## WHAT TO DO
Check each line of the entries below for the word "IFCOPENINGELEMENT" and state only how many lines have it.

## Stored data
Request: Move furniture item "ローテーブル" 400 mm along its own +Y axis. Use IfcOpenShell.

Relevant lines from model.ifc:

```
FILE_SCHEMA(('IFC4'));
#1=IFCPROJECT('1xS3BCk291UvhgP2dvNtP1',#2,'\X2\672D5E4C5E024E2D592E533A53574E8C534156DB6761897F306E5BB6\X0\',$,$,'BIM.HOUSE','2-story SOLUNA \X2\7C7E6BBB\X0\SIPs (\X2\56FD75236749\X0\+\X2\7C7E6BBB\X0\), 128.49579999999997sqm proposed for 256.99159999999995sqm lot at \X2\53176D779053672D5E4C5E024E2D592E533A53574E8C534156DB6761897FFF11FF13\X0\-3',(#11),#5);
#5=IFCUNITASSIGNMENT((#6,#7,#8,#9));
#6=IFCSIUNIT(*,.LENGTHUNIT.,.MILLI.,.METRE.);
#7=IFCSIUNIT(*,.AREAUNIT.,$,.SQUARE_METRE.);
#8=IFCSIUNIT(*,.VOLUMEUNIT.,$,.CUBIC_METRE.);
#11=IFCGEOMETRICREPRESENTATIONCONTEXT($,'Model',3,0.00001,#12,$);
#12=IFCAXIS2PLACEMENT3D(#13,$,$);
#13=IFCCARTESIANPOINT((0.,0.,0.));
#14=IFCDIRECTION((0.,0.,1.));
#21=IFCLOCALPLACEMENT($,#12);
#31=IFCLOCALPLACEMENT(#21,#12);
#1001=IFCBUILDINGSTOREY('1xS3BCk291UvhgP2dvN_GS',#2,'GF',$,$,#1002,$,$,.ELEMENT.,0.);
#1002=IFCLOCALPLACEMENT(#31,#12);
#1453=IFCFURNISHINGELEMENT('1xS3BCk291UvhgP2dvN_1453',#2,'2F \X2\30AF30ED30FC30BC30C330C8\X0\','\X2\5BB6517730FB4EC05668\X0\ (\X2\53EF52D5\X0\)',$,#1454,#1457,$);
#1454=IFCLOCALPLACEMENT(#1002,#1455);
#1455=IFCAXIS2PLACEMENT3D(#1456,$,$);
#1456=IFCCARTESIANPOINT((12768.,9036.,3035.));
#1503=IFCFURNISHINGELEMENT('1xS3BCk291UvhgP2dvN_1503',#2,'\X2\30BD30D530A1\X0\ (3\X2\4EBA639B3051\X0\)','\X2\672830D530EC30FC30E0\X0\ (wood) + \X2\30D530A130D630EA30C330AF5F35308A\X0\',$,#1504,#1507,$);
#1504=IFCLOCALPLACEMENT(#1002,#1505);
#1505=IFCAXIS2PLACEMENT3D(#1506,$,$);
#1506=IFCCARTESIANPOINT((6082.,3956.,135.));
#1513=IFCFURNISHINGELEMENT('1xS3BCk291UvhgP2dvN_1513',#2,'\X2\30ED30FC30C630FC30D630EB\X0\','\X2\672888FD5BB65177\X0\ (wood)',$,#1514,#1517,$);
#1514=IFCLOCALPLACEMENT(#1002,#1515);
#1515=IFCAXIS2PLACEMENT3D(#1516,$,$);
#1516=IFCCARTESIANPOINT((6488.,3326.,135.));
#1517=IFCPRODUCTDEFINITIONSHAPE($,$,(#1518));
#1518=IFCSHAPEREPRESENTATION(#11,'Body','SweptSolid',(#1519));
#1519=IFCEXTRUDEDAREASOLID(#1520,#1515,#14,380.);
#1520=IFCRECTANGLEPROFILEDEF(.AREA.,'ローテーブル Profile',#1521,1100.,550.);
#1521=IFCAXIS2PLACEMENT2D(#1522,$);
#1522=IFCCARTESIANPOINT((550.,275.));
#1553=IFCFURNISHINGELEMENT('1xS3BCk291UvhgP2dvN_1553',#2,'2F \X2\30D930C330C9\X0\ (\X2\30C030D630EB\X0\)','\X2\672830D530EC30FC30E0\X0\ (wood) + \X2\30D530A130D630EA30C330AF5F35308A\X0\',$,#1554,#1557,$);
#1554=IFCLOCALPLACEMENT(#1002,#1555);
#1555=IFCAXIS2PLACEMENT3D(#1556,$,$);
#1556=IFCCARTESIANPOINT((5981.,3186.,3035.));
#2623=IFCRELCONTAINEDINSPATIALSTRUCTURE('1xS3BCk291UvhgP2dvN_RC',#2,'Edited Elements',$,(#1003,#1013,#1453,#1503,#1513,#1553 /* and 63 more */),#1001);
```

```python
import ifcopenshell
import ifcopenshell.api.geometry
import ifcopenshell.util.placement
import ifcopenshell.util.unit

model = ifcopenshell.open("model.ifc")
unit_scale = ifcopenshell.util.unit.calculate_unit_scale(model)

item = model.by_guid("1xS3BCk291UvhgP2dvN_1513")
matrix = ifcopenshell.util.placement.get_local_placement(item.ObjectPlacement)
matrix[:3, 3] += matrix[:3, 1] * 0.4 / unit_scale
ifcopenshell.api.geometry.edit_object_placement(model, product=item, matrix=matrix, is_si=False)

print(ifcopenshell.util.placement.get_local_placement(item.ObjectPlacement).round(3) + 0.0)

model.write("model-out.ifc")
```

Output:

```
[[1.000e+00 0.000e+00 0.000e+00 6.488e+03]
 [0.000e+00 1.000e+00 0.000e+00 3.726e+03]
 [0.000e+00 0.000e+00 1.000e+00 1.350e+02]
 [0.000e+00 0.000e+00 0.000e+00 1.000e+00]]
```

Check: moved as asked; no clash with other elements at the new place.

* * *

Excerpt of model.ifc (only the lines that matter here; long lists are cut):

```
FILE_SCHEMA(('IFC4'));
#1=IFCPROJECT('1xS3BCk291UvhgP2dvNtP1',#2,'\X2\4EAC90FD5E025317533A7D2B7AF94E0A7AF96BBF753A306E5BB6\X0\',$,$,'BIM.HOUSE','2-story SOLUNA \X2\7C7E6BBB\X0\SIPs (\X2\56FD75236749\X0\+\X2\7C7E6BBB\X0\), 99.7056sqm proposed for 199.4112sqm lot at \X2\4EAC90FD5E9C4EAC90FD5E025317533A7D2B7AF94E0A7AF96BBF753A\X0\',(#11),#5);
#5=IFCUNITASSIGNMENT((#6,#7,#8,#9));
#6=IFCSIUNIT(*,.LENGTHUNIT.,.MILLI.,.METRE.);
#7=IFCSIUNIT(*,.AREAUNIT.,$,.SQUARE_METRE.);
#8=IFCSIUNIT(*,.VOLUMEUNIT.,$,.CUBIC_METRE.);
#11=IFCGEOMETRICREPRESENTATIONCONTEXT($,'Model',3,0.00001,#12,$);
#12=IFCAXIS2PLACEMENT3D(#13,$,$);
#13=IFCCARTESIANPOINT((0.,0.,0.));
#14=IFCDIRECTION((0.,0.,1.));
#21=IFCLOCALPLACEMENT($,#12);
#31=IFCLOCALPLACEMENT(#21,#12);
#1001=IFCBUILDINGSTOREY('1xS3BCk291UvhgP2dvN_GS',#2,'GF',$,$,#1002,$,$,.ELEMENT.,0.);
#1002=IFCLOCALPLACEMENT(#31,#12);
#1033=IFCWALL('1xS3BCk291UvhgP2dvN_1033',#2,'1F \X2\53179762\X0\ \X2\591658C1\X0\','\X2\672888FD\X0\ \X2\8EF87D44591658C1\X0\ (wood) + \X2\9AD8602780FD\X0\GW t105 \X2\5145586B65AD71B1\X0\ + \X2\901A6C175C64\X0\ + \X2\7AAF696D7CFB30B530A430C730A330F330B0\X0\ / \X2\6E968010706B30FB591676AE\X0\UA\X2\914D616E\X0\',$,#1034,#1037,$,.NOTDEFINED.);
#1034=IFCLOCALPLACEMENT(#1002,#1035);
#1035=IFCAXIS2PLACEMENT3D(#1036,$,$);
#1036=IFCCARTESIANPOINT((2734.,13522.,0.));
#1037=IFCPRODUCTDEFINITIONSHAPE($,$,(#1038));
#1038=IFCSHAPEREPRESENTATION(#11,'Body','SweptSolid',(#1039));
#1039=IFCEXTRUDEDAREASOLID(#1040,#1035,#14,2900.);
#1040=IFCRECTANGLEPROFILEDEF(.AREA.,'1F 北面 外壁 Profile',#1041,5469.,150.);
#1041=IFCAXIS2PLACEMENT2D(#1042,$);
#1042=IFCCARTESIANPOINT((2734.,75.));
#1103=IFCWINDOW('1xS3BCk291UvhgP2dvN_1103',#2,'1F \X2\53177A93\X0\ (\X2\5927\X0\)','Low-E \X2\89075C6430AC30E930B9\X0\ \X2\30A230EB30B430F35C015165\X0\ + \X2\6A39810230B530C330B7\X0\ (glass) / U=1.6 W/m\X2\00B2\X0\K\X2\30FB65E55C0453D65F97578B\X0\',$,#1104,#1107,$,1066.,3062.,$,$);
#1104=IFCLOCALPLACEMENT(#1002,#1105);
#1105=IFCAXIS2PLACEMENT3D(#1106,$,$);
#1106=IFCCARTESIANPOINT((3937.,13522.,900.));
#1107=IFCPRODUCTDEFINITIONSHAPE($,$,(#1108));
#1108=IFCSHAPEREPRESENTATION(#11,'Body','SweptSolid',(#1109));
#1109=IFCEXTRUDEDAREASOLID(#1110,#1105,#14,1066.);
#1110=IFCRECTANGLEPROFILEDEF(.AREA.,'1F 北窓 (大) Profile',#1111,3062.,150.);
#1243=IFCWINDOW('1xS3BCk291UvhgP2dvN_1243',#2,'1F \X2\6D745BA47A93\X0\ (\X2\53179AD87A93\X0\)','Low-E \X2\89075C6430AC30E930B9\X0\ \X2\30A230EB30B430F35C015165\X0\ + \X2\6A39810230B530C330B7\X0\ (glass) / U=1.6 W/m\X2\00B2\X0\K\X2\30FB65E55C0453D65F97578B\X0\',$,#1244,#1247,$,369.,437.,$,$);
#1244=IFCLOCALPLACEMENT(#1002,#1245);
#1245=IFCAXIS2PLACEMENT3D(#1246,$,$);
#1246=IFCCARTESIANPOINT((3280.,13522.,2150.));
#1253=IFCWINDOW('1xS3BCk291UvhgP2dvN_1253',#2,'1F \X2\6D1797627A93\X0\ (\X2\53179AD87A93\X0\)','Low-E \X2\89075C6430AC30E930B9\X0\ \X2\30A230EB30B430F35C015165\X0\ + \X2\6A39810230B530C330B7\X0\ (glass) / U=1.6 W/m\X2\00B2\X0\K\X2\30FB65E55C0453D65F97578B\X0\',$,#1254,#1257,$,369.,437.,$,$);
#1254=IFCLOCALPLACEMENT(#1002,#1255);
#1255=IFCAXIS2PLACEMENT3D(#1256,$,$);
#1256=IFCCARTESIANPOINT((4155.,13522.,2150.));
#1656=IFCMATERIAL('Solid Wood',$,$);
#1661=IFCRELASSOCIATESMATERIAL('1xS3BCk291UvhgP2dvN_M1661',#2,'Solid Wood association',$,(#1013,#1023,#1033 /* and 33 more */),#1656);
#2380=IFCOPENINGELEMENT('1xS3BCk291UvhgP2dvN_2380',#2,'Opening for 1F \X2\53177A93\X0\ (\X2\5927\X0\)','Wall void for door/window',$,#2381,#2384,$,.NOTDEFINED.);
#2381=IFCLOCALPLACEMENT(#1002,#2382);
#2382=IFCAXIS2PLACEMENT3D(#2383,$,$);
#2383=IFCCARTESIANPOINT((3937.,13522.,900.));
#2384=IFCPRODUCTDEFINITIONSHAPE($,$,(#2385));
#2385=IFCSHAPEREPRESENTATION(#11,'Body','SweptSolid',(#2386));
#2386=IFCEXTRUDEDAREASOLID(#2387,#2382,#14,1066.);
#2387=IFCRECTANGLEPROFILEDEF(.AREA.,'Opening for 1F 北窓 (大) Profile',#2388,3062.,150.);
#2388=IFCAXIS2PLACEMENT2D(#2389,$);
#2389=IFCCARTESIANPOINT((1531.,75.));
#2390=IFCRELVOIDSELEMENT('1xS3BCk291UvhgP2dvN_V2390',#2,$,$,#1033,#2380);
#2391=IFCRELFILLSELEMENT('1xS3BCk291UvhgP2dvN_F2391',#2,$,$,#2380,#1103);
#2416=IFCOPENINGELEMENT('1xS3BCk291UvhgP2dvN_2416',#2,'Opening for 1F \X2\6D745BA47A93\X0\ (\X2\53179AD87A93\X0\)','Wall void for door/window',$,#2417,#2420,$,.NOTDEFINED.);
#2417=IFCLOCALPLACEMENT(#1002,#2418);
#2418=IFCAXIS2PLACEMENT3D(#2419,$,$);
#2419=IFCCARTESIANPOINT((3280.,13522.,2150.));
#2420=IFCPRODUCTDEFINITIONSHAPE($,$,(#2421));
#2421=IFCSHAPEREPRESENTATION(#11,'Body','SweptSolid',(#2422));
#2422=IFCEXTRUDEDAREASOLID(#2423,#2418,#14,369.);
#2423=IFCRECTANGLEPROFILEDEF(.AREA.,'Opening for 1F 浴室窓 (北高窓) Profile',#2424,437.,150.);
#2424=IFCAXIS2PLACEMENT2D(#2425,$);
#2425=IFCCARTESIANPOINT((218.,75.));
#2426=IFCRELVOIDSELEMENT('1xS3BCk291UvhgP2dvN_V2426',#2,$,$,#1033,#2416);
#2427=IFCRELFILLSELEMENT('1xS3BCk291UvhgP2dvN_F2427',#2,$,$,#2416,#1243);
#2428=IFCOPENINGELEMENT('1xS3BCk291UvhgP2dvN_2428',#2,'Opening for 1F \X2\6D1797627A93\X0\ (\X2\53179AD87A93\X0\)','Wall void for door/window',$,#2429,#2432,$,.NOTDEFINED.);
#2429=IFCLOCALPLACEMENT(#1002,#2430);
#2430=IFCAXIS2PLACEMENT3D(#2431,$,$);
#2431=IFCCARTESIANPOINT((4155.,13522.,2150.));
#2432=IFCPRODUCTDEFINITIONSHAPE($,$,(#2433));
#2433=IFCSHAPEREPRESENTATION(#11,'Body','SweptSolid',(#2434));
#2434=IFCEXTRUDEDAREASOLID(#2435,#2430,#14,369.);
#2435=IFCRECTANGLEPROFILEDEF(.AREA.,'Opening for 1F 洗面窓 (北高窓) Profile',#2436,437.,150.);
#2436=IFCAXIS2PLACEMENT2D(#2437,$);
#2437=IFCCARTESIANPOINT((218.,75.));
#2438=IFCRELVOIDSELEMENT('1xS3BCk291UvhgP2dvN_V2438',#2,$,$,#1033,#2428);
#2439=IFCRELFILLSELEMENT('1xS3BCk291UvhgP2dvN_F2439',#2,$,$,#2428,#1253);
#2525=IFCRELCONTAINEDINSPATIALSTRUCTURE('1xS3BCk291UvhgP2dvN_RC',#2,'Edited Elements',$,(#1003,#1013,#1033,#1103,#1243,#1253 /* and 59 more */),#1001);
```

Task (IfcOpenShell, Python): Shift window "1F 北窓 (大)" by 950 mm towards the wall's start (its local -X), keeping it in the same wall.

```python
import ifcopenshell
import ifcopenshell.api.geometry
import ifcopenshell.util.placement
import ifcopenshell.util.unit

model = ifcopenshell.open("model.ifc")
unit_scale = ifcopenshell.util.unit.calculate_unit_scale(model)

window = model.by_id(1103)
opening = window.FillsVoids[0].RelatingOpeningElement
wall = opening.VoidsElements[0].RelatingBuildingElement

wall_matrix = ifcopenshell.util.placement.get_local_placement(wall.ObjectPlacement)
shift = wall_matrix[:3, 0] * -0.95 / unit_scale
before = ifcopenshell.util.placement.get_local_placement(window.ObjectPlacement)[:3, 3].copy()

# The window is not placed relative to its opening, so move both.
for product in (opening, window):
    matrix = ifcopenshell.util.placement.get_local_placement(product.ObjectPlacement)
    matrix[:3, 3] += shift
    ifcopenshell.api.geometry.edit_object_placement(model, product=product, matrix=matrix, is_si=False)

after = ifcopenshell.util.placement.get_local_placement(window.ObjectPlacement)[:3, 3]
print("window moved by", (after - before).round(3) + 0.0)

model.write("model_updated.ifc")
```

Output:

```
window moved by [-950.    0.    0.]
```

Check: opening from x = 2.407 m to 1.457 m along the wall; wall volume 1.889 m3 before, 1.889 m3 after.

---

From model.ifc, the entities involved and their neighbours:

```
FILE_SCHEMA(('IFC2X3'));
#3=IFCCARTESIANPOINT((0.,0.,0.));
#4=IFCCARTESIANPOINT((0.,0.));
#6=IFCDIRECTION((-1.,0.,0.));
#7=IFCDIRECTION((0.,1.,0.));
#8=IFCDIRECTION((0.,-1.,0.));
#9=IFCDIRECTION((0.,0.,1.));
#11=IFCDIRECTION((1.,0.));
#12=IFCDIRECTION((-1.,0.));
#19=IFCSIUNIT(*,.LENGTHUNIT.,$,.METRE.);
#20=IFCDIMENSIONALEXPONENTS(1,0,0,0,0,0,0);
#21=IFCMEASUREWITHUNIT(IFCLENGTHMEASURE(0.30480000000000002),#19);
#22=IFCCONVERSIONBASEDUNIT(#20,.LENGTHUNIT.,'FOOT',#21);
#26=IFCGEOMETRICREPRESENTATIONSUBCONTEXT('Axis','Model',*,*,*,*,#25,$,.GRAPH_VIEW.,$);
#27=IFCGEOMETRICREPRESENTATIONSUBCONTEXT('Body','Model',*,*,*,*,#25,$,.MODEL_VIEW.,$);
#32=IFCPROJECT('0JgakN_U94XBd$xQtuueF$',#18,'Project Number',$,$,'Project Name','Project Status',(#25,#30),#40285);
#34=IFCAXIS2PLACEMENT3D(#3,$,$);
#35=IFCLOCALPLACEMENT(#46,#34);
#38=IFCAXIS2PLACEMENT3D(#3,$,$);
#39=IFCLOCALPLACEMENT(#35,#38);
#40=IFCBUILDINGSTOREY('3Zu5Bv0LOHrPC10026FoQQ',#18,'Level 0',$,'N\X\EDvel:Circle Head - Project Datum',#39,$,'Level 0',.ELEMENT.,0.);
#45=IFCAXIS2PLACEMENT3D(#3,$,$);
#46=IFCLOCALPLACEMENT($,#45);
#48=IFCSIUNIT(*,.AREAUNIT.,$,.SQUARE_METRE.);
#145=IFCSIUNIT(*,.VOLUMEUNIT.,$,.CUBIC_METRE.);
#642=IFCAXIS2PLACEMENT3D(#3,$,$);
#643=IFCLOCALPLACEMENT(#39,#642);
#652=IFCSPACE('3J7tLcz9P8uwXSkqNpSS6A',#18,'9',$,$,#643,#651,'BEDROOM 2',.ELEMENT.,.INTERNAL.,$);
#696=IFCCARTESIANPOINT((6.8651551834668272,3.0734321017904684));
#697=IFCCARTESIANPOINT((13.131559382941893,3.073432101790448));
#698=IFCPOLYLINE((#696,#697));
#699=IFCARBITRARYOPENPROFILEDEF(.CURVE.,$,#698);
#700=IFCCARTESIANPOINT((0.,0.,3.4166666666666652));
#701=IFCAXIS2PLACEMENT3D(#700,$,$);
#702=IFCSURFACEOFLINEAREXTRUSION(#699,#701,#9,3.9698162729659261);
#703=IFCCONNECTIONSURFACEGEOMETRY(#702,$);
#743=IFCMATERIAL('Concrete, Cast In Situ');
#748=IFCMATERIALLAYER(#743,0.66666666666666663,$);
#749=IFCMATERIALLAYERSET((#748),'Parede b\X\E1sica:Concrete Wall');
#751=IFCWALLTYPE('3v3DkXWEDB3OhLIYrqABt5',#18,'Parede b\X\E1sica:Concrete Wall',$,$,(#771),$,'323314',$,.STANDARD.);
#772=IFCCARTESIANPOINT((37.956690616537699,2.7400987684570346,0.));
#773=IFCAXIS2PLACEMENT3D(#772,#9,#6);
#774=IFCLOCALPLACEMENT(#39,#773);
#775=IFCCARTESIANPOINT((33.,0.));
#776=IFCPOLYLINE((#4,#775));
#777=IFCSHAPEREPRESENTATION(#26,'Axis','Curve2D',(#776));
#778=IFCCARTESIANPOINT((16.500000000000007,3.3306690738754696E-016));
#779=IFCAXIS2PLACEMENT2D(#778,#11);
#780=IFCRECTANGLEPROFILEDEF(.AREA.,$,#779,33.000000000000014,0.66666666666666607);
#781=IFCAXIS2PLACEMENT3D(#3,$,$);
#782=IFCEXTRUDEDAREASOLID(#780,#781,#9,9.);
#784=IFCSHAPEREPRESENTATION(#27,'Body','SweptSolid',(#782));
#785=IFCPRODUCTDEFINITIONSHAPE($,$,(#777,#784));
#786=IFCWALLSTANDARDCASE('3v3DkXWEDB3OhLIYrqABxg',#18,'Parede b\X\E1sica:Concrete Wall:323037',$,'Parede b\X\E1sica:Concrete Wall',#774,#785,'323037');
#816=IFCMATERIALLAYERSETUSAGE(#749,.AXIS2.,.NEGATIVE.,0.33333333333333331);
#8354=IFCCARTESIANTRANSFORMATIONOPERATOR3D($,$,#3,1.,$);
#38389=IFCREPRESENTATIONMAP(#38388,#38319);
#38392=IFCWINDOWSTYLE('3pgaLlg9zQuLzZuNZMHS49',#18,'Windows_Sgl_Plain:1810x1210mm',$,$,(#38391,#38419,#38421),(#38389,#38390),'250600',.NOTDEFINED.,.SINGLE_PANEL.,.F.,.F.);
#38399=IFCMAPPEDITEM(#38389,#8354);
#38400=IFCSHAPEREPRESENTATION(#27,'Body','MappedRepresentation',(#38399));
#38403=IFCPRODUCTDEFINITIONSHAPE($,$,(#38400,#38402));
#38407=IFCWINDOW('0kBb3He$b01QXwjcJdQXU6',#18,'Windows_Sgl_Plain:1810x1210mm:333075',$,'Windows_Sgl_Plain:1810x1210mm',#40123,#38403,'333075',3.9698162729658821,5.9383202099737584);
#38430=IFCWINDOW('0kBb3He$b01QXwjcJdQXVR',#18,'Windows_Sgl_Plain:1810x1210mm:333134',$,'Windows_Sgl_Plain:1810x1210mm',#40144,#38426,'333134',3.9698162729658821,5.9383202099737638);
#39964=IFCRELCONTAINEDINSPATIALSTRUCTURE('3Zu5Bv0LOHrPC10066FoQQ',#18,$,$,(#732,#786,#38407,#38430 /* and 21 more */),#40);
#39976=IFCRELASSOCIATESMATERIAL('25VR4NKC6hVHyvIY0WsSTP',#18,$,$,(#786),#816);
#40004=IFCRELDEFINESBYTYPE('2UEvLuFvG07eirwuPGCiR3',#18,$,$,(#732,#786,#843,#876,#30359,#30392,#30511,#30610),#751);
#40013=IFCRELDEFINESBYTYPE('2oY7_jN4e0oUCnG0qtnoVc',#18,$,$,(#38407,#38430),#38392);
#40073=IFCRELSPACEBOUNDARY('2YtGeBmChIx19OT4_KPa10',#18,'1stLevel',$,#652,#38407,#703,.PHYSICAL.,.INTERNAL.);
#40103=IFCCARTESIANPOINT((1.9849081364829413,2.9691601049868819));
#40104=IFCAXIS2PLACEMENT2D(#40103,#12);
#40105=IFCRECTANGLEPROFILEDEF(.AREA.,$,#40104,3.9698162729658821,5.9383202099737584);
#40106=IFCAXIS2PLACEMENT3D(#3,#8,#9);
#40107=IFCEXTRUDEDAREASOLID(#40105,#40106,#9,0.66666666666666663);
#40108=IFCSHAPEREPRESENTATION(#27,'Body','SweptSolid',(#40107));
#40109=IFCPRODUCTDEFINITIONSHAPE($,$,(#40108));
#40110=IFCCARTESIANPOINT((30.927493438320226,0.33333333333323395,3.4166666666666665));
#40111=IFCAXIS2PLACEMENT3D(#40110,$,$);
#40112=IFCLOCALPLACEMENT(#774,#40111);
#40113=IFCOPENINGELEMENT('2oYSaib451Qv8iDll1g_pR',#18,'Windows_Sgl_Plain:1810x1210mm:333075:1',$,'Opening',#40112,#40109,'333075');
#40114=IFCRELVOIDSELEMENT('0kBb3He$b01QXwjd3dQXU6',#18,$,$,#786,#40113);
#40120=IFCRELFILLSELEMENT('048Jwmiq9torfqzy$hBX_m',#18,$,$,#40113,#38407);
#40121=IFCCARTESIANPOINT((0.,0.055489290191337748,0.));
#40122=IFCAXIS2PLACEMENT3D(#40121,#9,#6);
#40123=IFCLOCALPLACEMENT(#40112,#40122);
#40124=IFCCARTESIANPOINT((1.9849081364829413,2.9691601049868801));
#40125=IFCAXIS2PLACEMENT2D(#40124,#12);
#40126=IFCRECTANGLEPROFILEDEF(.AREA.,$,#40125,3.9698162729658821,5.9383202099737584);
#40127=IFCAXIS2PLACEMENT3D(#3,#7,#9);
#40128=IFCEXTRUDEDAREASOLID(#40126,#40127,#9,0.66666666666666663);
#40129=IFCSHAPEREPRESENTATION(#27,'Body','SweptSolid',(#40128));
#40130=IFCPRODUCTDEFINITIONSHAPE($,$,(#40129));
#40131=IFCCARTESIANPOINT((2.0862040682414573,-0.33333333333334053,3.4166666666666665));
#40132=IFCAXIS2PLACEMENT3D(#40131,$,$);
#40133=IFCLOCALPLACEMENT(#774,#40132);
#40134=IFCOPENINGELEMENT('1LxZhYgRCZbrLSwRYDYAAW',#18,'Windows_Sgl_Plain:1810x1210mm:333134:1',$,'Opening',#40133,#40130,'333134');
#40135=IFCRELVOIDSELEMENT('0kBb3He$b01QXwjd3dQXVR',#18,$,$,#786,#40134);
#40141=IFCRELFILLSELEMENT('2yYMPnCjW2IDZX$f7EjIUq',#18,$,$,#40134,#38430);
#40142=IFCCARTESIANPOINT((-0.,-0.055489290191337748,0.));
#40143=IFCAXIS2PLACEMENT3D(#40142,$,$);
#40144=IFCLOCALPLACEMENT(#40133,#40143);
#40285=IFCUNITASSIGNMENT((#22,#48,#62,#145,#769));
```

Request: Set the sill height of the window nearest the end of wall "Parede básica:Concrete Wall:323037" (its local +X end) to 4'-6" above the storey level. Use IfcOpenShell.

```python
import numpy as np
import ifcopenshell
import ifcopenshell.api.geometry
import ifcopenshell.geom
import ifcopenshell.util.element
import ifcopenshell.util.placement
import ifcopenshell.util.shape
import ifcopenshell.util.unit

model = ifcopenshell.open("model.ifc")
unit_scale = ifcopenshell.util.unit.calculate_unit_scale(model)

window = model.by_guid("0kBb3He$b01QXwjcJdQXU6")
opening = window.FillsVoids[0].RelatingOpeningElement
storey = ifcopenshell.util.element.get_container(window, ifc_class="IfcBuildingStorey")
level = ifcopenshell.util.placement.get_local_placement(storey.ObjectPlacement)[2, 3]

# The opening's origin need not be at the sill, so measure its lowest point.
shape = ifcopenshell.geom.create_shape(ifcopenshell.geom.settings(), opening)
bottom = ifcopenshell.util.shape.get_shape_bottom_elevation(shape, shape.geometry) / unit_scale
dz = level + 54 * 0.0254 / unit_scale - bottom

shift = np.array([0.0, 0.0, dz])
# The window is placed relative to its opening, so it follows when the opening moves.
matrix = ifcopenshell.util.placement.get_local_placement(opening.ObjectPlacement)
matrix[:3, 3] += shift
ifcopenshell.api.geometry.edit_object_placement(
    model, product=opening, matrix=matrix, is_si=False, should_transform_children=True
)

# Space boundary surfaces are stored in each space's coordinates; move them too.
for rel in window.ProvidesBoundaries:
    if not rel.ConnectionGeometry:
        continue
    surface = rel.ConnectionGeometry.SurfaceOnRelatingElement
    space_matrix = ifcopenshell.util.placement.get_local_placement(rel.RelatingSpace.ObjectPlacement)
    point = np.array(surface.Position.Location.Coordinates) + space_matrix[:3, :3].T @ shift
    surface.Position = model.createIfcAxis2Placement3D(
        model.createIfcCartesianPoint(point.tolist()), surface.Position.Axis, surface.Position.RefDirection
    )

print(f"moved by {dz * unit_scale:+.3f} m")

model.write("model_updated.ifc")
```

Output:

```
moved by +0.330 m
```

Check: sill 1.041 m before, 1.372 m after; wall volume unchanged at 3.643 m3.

## RESPONSE TO THIS TASK
5